BWlBduTUUim65BmNoRNRwZwviGLcUft1snoGQp4W
BWlBduTUUim65BmNoRNRwZwviGLcUft1snoGQp4W

Iklan Atas Artikel

Iklan Tengah Artikel 1

Iklan Bawah Artikel

Recent

Bookmark

Nietzsche: Will to Power dan Will to Übermensch

Friedrich Wilhelm Nietzsche, Will to Power, Ubermensch

“Jika engkau haus akan kedamaian jiwa dan kebahagiaan, maka percayalah!
Jika engkau ingin menjadi murid kebenaran, maka carilah!”
(surat Nietzsche kepada ibunya)

Pena Laut - Di tengah padang savana dunia, manusia terus mencari telaga-telaga yang menuntaskan dahaga pengetahuan untuk terus melampaui etape-etape kejumudan. Menggunakan orisinalitas akal budi dan pemetaan yang jelas, tentu membantu perjalanan panjang manusia yang tidak dapat dihentikan begitu saja di persimpangan jalan. Tidak ada yang tahu, konsep apa yang menjadi spirit mereka dalam menelusuri setapak demi setapak bagaikan hamba yang terbelenggu deretan rantai. Prinsip, penelaahan, dan falsifikasi yang dibuat manusia—dengan sengaja—terlihat plural, hetero, dan multi-perspektif.

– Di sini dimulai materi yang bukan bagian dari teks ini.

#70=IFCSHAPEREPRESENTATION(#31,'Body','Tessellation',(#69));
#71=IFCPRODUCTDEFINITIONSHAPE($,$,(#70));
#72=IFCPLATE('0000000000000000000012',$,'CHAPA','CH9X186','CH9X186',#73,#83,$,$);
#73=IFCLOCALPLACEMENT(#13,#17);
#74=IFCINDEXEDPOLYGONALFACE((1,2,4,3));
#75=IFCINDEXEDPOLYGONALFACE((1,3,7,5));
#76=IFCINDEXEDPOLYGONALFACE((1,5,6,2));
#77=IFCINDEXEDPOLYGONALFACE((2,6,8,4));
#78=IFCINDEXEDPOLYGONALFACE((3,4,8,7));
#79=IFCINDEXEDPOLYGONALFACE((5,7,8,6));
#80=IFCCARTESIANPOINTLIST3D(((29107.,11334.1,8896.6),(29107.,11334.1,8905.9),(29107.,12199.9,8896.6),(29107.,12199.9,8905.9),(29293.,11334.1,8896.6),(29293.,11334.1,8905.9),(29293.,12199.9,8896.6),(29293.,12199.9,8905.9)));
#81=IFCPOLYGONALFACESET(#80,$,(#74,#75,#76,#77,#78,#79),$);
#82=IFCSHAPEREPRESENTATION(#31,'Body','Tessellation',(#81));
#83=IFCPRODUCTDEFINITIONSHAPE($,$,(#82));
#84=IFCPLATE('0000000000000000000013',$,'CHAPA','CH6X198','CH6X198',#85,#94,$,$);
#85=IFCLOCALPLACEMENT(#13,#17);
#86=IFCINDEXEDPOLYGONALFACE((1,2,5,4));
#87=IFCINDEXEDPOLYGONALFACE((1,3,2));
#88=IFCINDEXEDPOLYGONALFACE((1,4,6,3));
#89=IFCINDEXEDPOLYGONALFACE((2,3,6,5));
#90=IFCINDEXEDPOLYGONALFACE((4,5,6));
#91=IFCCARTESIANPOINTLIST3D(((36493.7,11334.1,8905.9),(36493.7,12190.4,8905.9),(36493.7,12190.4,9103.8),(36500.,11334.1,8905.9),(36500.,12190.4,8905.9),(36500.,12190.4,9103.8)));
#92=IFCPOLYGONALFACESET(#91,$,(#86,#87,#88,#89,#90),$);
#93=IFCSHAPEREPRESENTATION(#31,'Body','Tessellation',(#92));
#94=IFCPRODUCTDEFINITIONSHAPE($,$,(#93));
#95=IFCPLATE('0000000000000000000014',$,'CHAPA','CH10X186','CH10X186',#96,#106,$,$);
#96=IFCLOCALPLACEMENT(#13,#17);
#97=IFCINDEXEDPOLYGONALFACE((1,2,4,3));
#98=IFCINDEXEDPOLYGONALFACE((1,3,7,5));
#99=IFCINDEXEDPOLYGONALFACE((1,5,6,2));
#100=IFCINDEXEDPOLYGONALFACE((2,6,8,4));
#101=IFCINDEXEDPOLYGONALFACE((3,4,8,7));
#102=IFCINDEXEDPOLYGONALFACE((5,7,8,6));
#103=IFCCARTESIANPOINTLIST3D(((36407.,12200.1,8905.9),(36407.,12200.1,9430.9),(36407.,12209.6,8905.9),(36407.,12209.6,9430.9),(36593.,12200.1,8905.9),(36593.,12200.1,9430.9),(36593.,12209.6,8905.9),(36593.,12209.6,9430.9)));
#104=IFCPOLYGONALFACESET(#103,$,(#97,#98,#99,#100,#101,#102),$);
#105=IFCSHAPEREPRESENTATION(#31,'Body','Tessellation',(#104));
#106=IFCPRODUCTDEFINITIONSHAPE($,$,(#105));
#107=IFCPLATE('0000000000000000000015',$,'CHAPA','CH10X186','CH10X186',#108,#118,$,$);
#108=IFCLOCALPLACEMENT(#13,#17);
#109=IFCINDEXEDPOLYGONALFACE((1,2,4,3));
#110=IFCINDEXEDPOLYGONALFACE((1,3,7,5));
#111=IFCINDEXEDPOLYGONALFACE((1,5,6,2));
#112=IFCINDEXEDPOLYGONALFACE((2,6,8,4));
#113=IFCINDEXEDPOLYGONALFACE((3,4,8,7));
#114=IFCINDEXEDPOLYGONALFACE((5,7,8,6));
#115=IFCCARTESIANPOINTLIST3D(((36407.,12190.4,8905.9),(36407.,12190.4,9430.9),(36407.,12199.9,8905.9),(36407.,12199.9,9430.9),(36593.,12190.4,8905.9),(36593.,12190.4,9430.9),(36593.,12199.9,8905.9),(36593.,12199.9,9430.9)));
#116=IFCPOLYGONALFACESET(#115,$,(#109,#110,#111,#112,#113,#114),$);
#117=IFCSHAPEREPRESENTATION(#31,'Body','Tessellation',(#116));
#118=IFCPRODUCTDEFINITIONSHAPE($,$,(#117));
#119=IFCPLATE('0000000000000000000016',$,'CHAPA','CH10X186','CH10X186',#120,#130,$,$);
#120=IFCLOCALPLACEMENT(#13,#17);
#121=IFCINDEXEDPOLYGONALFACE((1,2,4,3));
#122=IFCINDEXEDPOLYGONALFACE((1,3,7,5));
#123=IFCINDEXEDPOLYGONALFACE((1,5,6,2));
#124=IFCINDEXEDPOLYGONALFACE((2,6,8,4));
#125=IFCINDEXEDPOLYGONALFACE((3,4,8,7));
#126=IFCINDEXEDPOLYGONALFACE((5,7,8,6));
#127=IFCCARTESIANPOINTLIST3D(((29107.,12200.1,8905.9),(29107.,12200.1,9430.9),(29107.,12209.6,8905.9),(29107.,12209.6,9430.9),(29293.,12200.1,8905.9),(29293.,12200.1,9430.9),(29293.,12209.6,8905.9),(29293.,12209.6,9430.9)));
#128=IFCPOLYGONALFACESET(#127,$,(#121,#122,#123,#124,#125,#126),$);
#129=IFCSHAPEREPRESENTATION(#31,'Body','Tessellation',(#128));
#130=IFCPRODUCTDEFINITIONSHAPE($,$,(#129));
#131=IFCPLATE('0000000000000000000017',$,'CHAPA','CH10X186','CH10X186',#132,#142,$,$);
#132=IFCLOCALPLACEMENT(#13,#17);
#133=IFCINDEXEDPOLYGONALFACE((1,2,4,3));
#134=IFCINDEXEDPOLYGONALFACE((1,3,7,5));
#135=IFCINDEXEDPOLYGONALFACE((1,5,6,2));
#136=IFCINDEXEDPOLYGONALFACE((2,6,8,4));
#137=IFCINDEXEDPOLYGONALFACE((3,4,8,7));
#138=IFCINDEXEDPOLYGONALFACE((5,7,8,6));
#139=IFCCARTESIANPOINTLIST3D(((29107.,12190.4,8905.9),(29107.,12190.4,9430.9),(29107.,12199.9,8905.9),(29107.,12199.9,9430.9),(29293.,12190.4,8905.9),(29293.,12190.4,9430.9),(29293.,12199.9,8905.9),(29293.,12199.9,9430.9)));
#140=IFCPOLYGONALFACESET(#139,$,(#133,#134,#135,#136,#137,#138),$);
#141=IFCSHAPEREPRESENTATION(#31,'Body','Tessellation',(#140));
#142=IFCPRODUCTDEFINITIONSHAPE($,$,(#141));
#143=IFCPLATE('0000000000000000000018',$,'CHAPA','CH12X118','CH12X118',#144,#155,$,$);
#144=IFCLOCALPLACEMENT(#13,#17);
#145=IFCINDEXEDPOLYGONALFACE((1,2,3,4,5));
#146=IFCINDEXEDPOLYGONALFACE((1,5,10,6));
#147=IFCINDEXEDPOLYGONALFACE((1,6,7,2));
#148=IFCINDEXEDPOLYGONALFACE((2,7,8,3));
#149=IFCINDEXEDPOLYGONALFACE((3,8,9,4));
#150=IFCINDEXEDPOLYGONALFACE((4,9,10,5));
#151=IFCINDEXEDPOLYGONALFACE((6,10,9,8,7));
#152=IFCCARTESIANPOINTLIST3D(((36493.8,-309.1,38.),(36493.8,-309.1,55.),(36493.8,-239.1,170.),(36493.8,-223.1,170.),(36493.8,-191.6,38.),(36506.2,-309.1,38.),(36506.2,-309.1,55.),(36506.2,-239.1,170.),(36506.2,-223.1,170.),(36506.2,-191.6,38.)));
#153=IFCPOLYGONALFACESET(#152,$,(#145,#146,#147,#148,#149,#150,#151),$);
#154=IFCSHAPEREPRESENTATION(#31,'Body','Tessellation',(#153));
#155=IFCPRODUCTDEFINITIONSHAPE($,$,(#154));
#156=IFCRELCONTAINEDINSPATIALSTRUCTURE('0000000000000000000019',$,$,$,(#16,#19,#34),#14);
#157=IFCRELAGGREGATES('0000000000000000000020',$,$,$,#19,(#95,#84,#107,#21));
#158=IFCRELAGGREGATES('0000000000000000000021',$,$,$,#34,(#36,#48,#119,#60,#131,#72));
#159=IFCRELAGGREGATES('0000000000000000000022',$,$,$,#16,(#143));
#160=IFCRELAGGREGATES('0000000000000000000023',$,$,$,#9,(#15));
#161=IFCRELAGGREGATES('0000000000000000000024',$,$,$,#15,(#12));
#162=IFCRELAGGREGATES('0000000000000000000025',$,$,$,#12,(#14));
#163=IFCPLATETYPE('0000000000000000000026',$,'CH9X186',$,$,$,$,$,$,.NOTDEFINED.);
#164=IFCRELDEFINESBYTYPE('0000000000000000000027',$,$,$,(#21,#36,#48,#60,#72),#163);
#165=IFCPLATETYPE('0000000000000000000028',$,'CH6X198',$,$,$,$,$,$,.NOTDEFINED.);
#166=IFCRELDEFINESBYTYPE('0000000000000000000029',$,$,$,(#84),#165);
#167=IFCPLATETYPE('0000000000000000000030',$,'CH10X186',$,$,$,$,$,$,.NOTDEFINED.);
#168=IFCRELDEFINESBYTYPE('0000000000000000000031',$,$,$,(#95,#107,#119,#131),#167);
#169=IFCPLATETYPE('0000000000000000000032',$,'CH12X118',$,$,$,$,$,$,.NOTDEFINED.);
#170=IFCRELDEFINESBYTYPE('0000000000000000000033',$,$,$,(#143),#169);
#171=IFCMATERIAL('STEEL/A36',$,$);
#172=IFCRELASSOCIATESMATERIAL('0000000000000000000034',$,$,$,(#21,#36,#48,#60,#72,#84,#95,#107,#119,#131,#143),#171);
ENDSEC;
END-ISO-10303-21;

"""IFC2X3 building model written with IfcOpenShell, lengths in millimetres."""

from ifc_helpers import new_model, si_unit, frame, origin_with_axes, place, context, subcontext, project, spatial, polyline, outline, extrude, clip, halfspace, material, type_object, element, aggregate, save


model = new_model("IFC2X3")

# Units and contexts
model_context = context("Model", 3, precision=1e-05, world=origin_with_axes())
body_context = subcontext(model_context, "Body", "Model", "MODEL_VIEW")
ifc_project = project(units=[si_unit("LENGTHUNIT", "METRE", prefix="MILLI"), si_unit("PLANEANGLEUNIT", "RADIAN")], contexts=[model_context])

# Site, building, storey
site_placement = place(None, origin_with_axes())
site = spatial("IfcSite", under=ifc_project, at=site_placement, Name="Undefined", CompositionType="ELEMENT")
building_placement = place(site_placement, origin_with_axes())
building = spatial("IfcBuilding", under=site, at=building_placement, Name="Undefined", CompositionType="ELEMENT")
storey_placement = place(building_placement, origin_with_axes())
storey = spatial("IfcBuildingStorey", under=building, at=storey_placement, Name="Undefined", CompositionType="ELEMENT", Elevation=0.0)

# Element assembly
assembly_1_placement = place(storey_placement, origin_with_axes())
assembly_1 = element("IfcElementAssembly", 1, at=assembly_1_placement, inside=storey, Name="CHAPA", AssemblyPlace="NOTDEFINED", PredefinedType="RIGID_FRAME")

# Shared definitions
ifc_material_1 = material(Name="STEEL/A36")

Pluralitas pandangan manusia di setiap golongan atau komunitas tertentu, niscaya akan menemukan superioritasnya dalam menjalani hidup yang penuh dengan ketidakpastian dan ketidakseimbangan. Menjaga ekuivalensi bineritas adalah salah satu kemauan manusia untuk terus berusaha menguasai alam semesta dengan berbagai cara dan konsep yang abstrak. Salah satu alat yang canggih, menjanjikan, dan tidak terelakkan adalah ilmu pengetahuan (science). Sejak manusia menyadari bahwa realitas ternyata tidak sesuai dengan kredo dan korpus tertulis yang diyakini—atau diketahui—mayoritas manusia, secara prinsipil hal tersebut mendorong manusia untuk menantang kemapanan sistem yang telah diberlakukan bertahun-tahun lamanya, khususnya yang dibuat oleh stuktur kekuasaan. Kekuasaan, menurut Foucault, tidak hanya dilihat sebagai entitas di dalam sebuah negara—yang bersifat hierarkis, melainkan ia bertebaran, centang perenang, dan sifatnya diseminatif di dalam realitas kehidupan manusia. Atau, secara sederhana, subjektivitas manusia juga berpotensi menghegemoni atau berkuasa atas yang lain.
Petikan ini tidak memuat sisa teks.